* _What is required_
Search the records for lines with the word "Flush" and copy each match.

Stored data entries:
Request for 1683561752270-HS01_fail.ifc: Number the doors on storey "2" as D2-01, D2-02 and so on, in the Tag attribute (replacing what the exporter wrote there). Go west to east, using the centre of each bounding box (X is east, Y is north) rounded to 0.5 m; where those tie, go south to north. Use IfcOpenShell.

First a look at what the model holds.

```python
import ifcopenshell
import ifcopenshell.util.element
import ifcopenshell.util.placement

model = ifcopenshell.open("1683561752270-HS01_fail.ifc")
print(model.schema)
storey = next(s for s in model.by_type("IfcBuildingStorey") if s.Name == "2")
doors = [e for e in ifcopenshell.util.element.get_decomposition(storey) if e.is_a("IfcDoor")]
for e in sorted(doors, key=lambda e: e.id()):
    origin = ifcopenshell.util.placement.get_local_placement(e.ObjectPlacement)[:3, 3]
    print(e.id(), e.Tag, e.Name, origin.round(2) + 0.0, sep=" | ")
```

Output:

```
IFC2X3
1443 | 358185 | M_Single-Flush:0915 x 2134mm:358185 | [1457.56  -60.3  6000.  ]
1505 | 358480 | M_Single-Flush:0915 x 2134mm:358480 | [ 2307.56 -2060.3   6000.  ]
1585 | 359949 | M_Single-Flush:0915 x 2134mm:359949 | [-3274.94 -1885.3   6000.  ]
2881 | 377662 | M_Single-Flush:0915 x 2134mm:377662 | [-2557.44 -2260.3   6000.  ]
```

```python
import ifcopenshell
import ifcopenshell.geom
import ifcopenshell.util.element
import ifcopenshell.util.shape

model = ifcopenshell.open("1683561752270-HS01_fail.ifc")
settings = ifcopenshell.geom.settings()
settings.set("use-world-coords", True)


def centre(element):
    shape = ifcopenshell.geom.create_shape(settings, element)
    return ifcopenshell.util.shape.get_bbox_centroid(shape.geometry)


storey = next(s for s in model.by_type("IfcBuildingStorey") if s.Name == "2")
doors = [e for e in ifcopenshell.util.element.get_decomposition(storey) if e.is_a("IfcDoor")]

# Insertion points can sit at a corner or the storey origin, so sort by the geometry (in metres).
centres = {e: centre(e) for e in doors}
doors.sort(key=lambda e: (round(centres[e][0] / 0.5), centres[e][1]))

for i, e in enumerate(doors, start=1):
    number = f"D2-{i:02d}"
    e.Tag = number
    print(e.id(), number)

model.write("1683561752270-HS01_fail-out.ifc")
```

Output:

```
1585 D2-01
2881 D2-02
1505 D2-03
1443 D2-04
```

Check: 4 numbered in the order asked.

* _Answer for the task_
1443 | 358185 | M_Single-Flush:0915 x 2134mm:358185 | [1457.56  -60.3  6000.  ]
1505 | 358480 | M_Single-Flush:0915 x 2134mm:358480 | [ 2307.56 -2060.3   6000.  ]
1585 | 359949 | M_Single-Flush:0915 x 2134mm:359949 | [-3274.94 -1885.3   6000.  ]
2881 | 377662 | M_Single-Flush:0915 x 2134mm:377662 | [-2557.44 -2260.3   6000.  ]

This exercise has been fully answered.